Beyond Liberal Order
States, Societies and Markets in the Global Indian Ocean
A sharp analysis of the many cultures, religions and political systems of the ‘Global Indian Ocean’, the world’s most unpredictable macro-region.
What does liberal order actually amount to outside the West, where it has been most institutionalised? Contrary to the Atlantic or Pacific, liberal hegemony is thin in the Indian Ocean World; there are no equivalents of NATO, the EU or the US-Japan defence relationship.
Yet what this book calls the ‘Global Indian Ocean’ was the beating heart of earlier epochs of globalisation, where experiments in international order, market integration and cosmopolitanisms were pioneered. Moreover, it is in this macro-region that today’s challenges will face their defining hour: climate change, pandemics, and the geopolitical contest pitting China and Pakistan against the USA and India. The Global Indian Ocean states represent the greatest range of political systems and ideologies in any region, from Hindu-nationalist India and nascent democracy in Indonesia and South Africa, to the Gulf’s mixture of tribal monarchy and high modernism.

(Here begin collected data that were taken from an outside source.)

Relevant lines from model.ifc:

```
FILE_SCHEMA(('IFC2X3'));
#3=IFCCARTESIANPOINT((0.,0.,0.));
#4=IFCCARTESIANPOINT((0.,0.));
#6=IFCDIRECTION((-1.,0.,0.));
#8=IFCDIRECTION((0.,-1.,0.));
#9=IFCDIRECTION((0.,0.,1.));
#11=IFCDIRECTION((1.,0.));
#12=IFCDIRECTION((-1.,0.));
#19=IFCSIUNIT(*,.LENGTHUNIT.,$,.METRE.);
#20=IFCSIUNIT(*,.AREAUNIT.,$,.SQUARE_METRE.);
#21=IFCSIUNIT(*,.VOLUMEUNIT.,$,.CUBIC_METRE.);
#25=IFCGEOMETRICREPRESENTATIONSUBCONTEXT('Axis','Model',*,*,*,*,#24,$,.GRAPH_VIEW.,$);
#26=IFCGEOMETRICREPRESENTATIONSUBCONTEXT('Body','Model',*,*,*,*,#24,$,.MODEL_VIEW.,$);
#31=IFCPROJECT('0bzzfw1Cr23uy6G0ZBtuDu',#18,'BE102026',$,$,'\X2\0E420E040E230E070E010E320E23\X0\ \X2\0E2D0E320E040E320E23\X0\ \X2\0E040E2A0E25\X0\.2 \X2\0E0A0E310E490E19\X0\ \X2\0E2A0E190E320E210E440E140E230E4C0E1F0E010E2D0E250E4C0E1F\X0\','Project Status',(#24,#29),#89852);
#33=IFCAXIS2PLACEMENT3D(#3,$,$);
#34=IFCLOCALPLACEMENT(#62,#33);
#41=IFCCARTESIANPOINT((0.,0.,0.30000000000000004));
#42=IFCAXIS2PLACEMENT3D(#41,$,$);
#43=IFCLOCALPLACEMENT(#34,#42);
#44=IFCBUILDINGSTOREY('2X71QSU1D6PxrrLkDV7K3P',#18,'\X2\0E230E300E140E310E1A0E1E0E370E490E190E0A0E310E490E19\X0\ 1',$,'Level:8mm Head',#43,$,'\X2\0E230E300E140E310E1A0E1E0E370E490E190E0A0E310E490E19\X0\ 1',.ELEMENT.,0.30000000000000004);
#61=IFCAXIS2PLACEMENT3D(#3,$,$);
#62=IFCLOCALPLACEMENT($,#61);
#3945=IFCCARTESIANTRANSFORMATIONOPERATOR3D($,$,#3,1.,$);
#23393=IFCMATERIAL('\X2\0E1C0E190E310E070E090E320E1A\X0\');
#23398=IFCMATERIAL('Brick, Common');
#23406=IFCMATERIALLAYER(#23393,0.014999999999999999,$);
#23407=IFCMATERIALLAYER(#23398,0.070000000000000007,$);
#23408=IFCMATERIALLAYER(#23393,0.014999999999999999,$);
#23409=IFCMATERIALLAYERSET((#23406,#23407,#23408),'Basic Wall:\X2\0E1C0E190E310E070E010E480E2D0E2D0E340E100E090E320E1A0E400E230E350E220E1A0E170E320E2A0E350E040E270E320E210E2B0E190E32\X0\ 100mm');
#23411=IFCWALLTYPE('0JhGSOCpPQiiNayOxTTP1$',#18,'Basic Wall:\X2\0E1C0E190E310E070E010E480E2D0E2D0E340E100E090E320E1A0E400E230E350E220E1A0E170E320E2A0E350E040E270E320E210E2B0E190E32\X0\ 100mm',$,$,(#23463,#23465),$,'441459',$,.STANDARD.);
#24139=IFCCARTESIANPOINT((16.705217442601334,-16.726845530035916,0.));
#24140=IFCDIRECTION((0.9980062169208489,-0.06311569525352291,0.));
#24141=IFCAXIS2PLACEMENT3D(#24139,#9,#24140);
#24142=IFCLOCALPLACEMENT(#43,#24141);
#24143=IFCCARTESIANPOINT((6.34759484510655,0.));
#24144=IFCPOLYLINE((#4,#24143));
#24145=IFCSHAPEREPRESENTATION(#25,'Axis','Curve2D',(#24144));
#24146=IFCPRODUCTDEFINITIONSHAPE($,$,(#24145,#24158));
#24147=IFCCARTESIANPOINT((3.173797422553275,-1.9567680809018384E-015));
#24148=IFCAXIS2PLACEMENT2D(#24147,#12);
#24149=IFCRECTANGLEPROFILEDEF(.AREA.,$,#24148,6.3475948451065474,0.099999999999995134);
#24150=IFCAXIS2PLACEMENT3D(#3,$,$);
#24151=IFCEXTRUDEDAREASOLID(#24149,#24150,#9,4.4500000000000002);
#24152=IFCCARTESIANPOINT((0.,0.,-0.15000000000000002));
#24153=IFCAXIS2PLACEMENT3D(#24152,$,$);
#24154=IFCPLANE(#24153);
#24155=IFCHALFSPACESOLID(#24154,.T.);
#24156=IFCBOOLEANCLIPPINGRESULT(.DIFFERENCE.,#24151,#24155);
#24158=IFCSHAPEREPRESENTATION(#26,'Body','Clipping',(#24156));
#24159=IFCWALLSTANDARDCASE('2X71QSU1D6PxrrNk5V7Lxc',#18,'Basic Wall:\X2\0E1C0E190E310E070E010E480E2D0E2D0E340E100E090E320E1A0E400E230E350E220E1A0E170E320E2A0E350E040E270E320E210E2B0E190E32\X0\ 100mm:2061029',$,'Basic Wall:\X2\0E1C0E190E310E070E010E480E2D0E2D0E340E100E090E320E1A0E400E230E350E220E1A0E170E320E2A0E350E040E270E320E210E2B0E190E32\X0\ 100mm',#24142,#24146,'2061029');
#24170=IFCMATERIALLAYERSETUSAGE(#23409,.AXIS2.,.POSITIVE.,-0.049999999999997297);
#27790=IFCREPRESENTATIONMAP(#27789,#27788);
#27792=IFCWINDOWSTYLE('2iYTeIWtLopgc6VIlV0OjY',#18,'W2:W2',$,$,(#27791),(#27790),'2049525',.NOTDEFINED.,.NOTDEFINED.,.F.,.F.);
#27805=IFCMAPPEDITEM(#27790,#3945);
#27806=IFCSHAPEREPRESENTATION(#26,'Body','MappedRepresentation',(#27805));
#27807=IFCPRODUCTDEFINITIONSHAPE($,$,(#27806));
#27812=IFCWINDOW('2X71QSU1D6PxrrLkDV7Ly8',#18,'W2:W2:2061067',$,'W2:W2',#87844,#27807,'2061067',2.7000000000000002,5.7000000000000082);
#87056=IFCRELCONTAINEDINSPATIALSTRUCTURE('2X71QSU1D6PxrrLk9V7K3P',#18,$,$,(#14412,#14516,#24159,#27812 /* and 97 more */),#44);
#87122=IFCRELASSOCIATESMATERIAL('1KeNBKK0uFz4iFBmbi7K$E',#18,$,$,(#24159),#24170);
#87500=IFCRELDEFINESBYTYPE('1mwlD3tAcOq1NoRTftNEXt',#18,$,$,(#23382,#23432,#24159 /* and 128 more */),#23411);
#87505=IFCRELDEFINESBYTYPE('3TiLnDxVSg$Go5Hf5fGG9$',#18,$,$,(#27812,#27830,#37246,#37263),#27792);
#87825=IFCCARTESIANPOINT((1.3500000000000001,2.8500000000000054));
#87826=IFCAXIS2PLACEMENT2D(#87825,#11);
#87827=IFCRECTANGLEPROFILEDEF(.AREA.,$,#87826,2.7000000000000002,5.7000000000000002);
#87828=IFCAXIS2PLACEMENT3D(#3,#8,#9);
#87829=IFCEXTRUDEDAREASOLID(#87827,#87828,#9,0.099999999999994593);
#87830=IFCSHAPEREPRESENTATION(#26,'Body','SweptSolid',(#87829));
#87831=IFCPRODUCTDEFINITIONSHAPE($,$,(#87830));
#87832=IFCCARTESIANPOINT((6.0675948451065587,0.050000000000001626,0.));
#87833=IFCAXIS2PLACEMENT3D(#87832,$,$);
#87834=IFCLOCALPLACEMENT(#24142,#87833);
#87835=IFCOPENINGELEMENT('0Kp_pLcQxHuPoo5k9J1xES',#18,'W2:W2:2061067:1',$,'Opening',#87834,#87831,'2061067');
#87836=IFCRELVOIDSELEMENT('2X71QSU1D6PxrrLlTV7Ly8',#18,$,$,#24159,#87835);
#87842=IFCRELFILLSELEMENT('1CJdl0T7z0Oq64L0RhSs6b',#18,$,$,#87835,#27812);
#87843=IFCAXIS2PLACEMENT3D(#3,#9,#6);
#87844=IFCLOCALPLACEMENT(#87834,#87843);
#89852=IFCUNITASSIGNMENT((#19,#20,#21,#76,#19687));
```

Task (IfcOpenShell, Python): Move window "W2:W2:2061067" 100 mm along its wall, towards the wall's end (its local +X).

```python
import ifcopenshell
import ifcopenshell.api.geometry
import ifcopenshell.util.placement

model = ifcopenshell.open("model.ifc")

window = model.by_guid("2X71QSU1D6PxrrLkDV7Ly8")
opening = window.FillsVoids[0].RelatingOpeningElement
wall = opening.VoidsElements[0].RelatingBuildingElement

wall_matrix = ifcopenshell.util.placement.get_local_placement(wall.ObjectPlacement)
shift = wall_matrix[:3, 0] * 0.1
before = ifcopenshell.util.placement.get_local_placement(window.ObjectPlacement)[:3, 3].copy()

# The window is placed relative to its opening, so it follows when the opening moves.
matrix = ifcopenshell.util.placement.get_local_placement(opening.ObjectPlacement)
matrix[:3, 3] += shift
ifcopenshell.api.geometry.edit_object_placement(
    model, product=opening, matrix=matrix, is_si=False, should_transform_children=True
)

after = ifcopenshell.util.placement.get_local_placement(window.ObjectPlacement)[:3, 3]
print("window moved by", (after - before).round(3) + 0.0)

model.write("model_updated.ifc")
```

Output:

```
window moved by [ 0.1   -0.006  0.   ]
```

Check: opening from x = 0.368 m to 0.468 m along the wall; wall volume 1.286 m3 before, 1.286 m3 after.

These essays by leading scholars examine key aspects of political order, and their roots in the colonial and pre-colonial past, through the lenses of state-building, nationalism, international security, religious identity and economic development. The emergent lessons are of great importance for the world, as the ‘global’ liberal order fades and new alternatives struggle to be born.
Harry Verhoeven is a senior advisor at the European Institute of Peace, and the founder and Convenor of the Oxford University China–Africa Network. He holds a DPhil from Oxford.
Anatol Lieven is a senior fellow of the Quincy Institute for Responsible Statecraft in Washington DC, and was formerly a professor at Georgetown University in Qatar and King's College London. In the 1980s and 1990s he worked as a British journalist in South Asia and the former Soviet Union, and is the author of several books on these regions including Pakistan: A Hard Country (2011). His most recent book, Climate Change and the Nation State, appeared in paperback in 2021.